(Saved data entries)
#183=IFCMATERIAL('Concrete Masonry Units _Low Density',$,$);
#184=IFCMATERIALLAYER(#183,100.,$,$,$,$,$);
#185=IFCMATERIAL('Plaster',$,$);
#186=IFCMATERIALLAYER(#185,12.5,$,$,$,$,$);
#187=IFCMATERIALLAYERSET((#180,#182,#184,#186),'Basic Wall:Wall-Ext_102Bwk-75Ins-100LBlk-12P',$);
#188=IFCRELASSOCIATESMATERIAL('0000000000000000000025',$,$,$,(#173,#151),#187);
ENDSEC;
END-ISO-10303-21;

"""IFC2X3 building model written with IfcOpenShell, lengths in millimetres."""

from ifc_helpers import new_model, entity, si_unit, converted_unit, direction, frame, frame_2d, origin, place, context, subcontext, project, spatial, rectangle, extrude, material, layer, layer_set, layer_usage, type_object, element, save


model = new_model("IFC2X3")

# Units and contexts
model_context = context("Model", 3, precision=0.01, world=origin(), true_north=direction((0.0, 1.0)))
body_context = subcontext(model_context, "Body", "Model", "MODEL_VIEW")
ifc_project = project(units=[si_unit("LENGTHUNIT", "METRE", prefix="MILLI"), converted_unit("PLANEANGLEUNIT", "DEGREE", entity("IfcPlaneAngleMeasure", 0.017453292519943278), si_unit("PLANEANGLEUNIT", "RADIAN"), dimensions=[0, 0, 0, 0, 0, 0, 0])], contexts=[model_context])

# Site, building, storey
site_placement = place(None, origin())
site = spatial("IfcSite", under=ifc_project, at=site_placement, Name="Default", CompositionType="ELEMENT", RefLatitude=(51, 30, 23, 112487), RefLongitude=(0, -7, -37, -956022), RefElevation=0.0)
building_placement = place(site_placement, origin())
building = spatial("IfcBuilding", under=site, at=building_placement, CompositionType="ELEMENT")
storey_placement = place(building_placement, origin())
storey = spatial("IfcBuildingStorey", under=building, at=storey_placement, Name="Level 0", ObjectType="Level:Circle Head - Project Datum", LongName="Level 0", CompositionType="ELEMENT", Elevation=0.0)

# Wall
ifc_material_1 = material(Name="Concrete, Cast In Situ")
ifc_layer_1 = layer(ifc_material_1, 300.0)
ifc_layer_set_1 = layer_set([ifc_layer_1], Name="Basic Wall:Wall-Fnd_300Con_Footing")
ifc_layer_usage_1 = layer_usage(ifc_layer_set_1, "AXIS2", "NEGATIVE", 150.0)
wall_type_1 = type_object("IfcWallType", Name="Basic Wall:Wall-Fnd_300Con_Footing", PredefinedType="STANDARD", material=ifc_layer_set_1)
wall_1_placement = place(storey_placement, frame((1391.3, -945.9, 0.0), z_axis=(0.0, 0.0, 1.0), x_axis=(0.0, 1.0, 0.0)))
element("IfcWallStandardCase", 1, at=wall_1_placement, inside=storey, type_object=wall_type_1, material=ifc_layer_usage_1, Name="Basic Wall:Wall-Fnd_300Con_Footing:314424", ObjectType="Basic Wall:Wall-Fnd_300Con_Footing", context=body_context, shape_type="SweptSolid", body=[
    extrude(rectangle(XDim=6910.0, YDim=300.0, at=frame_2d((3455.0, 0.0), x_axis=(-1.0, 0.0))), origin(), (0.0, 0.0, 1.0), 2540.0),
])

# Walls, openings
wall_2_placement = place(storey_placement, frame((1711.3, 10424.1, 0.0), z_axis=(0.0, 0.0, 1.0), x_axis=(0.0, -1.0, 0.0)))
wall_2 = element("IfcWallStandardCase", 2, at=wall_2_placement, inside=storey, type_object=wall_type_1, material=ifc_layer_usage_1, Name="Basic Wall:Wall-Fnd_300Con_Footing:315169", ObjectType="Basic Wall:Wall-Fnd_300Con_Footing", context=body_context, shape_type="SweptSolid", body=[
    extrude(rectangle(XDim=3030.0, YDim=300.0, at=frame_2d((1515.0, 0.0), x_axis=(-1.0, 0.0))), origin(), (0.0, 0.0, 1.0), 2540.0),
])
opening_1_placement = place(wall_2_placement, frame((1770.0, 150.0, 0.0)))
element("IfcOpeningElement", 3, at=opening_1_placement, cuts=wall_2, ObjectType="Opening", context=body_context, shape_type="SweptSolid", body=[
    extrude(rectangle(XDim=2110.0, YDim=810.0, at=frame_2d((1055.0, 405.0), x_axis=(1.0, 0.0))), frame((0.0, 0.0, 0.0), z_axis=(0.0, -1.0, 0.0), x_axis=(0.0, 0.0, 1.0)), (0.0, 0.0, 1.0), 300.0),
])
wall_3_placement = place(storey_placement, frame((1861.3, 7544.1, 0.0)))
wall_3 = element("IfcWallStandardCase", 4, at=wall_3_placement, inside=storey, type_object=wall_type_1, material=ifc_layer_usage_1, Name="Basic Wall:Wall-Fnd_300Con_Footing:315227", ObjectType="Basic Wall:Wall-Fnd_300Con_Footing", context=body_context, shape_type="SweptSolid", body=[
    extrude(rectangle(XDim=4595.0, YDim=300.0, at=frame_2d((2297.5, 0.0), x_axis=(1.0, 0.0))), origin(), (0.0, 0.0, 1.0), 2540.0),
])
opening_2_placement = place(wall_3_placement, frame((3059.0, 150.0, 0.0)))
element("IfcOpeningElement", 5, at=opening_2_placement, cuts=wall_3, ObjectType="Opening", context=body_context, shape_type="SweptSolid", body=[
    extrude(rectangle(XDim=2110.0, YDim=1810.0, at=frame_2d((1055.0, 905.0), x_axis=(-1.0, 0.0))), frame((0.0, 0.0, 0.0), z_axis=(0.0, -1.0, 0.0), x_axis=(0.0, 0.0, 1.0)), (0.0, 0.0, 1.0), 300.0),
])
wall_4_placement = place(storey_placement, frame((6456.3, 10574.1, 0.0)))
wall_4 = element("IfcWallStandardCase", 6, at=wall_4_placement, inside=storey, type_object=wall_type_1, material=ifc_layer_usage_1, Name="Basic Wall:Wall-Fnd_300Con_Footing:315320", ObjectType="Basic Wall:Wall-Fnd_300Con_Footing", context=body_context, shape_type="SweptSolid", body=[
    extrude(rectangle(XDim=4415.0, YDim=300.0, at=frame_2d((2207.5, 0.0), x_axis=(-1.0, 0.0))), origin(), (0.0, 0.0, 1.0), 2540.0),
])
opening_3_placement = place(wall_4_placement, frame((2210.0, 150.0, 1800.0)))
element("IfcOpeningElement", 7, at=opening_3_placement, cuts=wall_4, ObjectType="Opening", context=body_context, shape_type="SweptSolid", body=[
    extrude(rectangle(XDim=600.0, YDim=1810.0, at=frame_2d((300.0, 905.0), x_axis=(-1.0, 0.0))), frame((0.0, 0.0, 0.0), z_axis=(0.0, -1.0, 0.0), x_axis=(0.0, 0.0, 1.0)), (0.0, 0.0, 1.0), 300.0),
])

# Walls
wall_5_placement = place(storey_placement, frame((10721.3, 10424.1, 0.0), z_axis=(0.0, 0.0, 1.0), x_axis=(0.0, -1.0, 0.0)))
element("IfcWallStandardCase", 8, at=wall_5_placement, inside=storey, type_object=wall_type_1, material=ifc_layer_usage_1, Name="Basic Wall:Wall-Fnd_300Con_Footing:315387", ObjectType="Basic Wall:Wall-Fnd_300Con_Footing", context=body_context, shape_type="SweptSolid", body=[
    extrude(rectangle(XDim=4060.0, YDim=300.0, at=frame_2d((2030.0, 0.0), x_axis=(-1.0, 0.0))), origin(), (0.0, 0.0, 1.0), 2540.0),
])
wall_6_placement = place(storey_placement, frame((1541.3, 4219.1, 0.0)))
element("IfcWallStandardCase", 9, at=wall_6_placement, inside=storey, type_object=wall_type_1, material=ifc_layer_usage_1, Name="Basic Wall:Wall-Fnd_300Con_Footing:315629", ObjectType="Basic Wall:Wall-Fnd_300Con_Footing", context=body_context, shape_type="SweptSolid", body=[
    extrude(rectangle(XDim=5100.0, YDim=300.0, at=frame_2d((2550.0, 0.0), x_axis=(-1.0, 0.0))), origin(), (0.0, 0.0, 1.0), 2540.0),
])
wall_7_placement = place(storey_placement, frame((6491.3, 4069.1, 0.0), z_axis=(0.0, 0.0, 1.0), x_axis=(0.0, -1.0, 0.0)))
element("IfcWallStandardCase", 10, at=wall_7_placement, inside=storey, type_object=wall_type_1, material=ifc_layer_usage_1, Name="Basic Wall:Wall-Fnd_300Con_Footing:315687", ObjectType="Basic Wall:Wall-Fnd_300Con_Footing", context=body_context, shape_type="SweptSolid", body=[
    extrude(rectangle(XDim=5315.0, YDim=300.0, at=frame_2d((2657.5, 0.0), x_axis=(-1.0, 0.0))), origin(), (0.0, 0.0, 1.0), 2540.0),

_Your objective_
The required output is every line above that contains the string "contexts".

_Reply_
# Units and contexts
ifc_project = project(units=[si_unit("LENGTHUNIT", "METRE", prefix="MILLI"), converted_unit("PLANEANGLEUNIT", "DEGREE", entity("IfcPlaneAngleMeasure", 0.017453292519943278), si_unit("PLANEANGLEUNIT", "RADIAN"), dimensions=[0, 0, 0, 0, 0, 0, 0])], contexts=[model_context])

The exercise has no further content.